Dataset entries:

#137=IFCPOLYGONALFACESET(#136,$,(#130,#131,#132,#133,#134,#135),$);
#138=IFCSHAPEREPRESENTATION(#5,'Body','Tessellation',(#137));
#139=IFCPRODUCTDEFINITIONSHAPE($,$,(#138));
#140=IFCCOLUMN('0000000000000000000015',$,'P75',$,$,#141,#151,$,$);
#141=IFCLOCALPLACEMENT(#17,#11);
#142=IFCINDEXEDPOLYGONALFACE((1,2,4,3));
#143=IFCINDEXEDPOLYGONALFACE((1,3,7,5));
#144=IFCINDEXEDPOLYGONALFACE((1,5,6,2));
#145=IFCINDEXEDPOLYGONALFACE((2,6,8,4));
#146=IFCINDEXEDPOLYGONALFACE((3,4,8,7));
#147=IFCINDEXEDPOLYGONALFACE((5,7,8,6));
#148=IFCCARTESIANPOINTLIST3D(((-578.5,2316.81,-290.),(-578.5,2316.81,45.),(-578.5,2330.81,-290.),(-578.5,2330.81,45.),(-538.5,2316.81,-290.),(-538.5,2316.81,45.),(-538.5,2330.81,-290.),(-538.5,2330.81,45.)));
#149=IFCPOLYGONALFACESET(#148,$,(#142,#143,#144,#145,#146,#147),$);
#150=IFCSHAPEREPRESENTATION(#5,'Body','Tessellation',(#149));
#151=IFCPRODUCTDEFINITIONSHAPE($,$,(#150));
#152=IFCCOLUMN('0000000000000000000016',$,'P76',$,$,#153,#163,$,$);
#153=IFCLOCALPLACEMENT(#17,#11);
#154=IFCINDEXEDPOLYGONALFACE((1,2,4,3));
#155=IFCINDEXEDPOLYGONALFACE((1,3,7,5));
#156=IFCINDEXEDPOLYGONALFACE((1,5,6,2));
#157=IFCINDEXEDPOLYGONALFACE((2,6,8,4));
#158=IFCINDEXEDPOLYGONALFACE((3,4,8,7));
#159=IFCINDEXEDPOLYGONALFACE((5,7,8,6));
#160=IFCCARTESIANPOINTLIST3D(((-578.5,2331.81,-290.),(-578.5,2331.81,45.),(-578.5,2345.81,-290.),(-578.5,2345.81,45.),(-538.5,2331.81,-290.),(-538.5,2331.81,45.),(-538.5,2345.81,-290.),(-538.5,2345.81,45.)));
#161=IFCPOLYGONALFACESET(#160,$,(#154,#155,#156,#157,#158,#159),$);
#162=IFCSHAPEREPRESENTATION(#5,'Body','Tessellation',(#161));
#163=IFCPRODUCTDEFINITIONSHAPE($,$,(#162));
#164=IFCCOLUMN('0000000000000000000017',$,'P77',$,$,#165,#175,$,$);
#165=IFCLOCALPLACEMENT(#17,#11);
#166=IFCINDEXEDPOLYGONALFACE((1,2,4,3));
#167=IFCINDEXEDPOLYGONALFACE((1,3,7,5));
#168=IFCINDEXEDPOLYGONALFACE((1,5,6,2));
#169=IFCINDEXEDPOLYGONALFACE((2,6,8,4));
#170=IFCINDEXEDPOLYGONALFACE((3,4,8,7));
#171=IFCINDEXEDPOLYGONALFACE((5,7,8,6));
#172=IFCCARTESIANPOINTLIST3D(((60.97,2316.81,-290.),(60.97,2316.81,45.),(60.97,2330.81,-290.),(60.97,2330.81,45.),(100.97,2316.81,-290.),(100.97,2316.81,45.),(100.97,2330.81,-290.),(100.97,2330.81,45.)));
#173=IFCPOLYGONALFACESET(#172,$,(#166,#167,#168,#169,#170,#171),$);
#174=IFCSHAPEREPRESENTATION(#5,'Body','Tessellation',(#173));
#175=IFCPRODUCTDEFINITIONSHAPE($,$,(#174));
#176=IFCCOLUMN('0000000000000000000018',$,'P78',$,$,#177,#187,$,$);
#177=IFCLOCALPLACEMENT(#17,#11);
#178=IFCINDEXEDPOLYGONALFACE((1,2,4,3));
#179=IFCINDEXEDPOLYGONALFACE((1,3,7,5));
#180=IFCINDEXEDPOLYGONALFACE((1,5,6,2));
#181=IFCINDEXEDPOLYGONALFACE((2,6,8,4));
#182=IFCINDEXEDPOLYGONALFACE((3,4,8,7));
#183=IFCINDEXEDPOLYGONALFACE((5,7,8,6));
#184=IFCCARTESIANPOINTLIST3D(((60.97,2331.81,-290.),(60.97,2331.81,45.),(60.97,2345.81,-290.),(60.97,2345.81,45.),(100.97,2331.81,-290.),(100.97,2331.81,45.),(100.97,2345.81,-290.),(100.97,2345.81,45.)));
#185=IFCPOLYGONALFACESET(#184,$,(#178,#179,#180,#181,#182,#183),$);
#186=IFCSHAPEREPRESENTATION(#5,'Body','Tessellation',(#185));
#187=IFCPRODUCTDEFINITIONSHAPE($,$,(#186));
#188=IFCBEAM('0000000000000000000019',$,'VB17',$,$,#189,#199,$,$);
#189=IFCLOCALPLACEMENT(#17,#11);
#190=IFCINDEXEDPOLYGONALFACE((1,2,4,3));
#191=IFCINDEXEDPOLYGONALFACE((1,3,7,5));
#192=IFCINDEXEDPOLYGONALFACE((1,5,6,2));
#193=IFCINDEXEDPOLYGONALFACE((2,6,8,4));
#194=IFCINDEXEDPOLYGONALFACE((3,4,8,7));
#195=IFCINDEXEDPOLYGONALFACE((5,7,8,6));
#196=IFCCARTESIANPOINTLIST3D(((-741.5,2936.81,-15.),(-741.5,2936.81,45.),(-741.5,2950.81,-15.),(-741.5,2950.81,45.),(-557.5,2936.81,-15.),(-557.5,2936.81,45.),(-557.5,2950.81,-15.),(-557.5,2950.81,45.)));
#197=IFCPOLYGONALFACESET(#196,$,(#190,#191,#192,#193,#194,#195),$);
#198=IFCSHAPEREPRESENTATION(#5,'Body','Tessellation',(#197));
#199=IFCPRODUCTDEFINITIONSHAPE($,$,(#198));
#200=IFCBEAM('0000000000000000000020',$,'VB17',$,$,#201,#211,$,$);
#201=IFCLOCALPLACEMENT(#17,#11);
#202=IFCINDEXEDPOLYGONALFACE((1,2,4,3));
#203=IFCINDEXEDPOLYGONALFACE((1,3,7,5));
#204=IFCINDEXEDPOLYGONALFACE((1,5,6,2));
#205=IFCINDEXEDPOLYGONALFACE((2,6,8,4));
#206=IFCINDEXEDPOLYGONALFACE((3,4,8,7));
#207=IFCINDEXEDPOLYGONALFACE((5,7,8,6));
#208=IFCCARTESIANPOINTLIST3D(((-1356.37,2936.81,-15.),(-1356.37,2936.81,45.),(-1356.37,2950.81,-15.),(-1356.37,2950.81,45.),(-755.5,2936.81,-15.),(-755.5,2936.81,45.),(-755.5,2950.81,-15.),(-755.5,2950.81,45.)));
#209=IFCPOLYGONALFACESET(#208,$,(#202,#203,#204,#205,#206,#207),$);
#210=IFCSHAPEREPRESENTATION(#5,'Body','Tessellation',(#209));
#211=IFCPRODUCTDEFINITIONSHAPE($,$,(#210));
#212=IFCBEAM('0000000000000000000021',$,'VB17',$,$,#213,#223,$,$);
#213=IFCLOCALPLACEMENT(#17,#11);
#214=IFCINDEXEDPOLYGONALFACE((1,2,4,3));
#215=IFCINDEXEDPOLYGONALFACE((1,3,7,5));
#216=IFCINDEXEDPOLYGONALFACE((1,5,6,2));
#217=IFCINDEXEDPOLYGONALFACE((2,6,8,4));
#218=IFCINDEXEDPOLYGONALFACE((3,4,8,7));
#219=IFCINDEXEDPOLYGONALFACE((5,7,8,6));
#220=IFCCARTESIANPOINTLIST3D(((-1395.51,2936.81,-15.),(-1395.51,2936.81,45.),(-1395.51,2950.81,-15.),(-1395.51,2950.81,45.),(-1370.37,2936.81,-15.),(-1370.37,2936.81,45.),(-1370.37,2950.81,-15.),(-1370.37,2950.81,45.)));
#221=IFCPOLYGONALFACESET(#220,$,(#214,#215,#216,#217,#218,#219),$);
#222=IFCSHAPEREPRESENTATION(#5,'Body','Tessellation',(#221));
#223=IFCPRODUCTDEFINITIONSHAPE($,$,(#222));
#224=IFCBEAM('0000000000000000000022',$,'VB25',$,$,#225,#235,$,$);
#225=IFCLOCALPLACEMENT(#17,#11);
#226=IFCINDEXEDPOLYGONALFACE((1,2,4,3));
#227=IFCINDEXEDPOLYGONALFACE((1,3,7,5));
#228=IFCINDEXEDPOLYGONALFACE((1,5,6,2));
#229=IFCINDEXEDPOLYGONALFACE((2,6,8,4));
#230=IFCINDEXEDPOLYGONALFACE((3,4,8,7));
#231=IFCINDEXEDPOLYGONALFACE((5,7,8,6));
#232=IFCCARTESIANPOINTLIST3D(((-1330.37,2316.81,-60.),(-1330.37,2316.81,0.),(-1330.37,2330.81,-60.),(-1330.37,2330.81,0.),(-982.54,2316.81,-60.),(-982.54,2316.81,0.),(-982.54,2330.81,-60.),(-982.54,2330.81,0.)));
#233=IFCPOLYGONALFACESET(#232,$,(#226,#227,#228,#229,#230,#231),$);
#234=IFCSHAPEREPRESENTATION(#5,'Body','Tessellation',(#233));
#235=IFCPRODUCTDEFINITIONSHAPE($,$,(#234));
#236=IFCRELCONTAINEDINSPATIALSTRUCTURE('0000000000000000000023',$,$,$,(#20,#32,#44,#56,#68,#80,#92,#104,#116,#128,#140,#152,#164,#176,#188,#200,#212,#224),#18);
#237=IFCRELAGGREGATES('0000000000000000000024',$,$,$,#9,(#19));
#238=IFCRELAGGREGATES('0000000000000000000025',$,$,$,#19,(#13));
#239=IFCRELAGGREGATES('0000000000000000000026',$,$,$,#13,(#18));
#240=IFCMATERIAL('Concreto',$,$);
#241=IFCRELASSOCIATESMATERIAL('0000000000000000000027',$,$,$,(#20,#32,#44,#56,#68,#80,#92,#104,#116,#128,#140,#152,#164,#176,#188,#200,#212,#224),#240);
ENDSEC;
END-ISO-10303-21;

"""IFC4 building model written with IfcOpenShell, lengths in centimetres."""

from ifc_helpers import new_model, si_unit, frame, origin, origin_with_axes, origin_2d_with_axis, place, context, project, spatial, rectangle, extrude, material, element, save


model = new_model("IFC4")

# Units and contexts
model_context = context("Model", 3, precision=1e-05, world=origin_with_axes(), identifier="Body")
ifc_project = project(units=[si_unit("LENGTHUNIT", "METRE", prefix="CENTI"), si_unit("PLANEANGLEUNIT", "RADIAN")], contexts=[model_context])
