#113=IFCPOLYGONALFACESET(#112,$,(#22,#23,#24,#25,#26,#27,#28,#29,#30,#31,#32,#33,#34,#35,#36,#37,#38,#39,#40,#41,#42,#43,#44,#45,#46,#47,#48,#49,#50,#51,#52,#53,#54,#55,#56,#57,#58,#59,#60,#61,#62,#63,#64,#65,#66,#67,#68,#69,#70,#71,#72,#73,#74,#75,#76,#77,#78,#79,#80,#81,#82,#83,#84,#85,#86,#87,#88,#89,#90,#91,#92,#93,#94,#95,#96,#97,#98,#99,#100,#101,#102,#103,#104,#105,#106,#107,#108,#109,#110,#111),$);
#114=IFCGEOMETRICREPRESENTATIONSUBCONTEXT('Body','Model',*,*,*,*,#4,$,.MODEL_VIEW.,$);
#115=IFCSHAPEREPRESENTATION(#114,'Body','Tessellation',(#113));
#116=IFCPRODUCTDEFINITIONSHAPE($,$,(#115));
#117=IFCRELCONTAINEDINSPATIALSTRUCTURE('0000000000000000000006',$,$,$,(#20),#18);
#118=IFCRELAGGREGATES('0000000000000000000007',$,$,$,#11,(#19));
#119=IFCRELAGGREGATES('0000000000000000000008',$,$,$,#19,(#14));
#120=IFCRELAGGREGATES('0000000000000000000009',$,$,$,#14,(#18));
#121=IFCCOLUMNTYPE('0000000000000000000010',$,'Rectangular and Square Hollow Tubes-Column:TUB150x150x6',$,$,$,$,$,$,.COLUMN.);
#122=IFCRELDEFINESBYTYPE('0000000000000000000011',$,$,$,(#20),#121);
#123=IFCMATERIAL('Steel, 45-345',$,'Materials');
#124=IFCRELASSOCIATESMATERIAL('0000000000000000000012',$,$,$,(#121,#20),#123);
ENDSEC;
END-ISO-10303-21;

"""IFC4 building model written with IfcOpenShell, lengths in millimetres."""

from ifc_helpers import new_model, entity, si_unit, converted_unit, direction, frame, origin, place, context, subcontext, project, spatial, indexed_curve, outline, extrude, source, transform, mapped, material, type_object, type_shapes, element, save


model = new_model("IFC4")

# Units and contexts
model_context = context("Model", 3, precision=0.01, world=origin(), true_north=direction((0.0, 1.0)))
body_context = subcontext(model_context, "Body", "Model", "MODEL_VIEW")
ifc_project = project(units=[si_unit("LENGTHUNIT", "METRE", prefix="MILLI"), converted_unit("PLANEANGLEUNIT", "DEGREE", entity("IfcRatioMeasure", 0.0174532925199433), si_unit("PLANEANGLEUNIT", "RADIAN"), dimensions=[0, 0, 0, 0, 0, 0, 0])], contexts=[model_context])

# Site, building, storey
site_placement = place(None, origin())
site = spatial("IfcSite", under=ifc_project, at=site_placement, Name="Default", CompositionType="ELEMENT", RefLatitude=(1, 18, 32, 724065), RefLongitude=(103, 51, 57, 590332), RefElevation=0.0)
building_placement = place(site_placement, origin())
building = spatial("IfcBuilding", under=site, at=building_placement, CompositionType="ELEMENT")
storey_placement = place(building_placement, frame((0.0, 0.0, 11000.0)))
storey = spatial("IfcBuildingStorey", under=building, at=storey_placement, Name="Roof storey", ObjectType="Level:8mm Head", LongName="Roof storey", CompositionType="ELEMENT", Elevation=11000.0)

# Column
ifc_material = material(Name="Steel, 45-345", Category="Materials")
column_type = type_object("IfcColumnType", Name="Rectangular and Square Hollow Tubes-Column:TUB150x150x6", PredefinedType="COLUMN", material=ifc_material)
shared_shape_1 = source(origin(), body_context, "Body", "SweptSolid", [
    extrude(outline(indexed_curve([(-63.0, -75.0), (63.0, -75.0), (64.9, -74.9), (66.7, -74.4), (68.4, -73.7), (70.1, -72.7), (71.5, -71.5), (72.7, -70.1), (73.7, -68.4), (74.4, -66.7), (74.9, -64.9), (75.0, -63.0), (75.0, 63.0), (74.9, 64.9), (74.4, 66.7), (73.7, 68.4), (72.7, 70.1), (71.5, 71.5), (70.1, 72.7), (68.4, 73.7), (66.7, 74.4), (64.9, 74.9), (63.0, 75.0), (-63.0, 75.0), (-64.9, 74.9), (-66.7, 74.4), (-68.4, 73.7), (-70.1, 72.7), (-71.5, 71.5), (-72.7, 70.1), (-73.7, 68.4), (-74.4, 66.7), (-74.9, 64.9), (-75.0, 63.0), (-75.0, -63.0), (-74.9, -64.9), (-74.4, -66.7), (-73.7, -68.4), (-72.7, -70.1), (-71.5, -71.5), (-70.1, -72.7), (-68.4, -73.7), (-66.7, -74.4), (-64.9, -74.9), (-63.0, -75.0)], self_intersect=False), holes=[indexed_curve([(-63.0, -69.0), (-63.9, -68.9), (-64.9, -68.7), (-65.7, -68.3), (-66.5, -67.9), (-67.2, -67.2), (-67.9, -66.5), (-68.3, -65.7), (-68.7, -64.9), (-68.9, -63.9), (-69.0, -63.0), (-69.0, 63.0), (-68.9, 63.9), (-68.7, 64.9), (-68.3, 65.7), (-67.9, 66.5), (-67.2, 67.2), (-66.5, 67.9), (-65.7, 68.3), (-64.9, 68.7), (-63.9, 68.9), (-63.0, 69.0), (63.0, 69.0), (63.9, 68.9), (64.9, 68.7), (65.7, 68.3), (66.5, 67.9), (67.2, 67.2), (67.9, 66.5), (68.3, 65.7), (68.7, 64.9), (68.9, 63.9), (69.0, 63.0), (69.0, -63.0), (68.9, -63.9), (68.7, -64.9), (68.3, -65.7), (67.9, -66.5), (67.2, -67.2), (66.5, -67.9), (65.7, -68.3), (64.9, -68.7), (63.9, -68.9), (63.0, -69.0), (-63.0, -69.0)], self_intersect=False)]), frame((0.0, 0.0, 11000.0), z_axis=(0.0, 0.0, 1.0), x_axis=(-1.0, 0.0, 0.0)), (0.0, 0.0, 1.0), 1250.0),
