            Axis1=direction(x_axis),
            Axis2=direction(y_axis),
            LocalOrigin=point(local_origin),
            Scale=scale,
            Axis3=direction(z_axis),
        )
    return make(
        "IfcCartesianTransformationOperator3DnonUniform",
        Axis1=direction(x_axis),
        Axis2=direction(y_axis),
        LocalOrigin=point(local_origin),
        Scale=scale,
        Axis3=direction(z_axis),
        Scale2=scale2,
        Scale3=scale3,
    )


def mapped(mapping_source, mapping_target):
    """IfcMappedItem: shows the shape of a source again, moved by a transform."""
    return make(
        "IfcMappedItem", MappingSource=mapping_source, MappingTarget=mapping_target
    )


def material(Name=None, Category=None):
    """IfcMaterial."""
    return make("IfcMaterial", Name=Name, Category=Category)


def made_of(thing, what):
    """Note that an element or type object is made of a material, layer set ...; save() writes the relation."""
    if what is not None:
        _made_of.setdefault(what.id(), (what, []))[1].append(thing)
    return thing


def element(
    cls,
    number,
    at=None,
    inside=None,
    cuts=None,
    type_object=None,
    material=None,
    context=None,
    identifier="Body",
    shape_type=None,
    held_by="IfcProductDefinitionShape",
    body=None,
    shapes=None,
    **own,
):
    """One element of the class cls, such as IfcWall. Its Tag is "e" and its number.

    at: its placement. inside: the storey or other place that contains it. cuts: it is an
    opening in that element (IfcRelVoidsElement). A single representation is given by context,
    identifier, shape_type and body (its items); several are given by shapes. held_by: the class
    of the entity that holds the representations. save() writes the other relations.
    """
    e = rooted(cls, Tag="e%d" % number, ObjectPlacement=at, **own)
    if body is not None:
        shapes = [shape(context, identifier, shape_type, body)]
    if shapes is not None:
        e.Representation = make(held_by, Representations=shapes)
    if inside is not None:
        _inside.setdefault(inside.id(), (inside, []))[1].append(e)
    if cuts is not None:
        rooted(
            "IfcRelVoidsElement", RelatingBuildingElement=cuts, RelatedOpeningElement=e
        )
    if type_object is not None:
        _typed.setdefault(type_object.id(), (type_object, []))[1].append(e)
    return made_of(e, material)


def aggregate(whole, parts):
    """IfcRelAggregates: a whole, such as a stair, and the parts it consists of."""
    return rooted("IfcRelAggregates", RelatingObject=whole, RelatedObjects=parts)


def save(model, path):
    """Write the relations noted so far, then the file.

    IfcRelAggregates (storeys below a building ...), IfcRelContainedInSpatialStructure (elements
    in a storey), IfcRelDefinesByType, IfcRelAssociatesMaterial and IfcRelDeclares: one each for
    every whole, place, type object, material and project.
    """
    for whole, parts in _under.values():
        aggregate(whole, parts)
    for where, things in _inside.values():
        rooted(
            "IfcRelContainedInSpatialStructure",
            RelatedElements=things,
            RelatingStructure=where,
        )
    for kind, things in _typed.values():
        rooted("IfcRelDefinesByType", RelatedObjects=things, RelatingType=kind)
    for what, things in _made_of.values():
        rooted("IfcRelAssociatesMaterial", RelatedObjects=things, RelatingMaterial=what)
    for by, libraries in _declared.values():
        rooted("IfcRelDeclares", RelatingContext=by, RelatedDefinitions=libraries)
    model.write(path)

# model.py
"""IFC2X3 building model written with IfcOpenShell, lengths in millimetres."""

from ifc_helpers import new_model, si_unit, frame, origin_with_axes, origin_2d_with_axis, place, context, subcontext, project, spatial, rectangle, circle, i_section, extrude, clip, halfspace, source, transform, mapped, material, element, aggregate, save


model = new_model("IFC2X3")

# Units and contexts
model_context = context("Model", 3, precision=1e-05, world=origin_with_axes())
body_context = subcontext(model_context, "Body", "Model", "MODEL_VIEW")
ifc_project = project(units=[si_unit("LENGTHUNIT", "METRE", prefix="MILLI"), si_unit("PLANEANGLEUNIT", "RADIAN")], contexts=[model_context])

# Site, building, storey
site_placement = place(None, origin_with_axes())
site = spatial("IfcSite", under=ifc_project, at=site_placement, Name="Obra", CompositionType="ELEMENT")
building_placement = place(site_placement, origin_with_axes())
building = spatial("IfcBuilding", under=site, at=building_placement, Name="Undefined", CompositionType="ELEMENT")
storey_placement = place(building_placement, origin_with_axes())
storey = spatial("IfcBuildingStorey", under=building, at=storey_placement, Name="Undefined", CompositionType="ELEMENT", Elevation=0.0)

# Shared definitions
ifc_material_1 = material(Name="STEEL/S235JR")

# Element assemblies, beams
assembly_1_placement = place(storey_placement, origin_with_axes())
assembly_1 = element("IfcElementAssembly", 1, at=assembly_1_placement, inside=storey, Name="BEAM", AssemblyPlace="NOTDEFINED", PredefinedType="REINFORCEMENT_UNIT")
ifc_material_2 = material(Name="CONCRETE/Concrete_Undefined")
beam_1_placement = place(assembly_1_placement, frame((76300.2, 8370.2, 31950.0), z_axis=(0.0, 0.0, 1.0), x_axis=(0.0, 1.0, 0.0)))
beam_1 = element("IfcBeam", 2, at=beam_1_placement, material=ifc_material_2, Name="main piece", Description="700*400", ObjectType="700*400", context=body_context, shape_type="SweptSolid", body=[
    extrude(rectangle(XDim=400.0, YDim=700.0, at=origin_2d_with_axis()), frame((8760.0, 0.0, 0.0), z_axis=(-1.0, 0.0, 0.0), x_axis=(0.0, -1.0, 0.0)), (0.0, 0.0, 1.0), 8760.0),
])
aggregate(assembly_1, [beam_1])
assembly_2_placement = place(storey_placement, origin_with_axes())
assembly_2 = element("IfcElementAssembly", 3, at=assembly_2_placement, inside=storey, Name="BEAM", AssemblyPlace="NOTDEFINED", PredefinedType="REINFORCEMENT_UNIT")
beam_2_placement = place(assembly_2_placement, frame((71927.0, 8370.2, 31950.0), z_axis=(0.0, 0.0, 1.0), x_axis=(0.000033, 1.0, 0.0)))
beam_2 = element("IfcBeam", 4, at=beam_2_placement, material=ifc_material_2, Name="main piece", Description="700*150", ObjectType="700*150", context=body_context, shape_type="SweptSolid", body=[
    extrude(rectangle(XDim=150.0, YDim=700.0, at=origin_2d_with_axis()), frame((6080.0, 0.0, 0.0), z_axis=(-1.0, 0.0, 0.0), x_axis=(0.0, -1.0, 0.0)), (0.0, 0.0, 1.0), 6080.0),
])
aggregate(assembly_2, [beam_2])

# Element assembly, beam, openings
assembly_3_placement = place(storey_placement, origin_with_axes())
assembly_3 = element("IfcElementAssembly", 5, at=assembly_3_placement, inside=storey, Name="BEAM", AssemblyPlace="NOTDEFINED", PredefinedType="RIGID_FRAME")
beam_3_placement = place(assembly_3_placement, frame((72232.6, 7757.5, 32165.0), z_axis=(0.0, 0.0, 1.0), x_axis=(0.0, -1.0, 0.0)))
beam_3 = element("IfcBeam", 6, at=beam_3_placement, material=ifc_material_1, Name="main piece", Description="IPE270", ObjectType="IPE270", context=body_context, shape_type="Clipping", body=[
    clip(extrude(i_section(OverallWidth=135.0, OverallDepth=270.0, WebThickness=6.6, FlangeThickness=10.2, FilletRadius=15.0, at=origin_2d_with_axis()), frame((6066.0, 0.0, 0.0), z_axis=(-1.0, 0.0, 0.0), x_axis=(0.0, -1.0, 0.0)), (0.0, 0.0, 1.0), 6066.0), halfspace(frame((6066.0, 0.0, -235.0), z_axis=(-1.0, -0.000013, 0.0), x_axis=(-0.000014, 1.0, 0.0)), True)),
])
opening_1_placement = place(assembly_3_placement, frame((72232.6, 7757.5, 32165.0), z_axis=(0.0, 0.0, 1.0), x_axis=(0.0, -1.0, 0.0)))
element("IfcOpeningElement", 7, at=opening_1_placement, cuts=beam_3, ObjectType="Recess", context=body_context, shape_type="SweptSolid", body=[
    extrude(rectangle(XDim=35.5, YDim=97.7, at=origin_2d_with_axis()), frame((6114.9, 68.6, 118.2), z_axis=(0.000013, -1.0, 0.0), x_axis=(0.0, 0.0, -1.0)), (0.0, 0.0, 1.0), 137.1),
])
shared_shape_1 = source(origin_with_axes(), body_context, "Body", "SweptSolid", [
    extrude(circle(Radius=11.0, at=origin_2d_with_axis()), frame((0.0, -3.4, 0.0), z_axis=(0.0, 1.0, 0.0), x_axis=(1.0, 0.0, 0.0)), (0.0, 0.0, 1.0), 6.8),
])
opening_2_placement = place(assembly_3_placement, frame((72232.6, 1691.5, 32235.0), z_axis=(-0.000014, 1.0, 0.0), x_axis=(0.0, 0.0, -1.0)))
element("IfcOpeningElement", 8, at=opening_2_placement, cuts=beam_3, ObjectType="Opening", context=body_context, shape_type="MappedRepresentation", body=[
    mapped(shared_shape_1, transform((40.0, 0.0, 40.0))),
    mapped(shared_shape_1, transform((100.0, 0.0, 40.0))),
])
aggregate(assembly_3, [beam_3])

Work item
In the entries above, find the line with "aggregate(assembly_1, [beam_1])" and the line with "x_axis=(0.000033, 1.0, 0.0)))", then restate word for word both of them and every line between, with nothing more.

Exercise solution
aggregate(assembly_1, [beam_1])
assembly_2_placement = place(storey_placement, origin_with_axes())
assembly_2 = element("IfcElementAssembly", 3, at=assembly_2_placement, inside=storey, Name="BEAM", AssemblyPlace="NOTDEFINED", PredefinedType="REINFORCEMENT_UNIT")
beam_2_placement = place(assembly_2_placement, frame((71927.0, 8370.2, 31950.0), z_axis=(0.0, 0.0, 1.0), x_axis=(0.000033, 1.0, 0.0)))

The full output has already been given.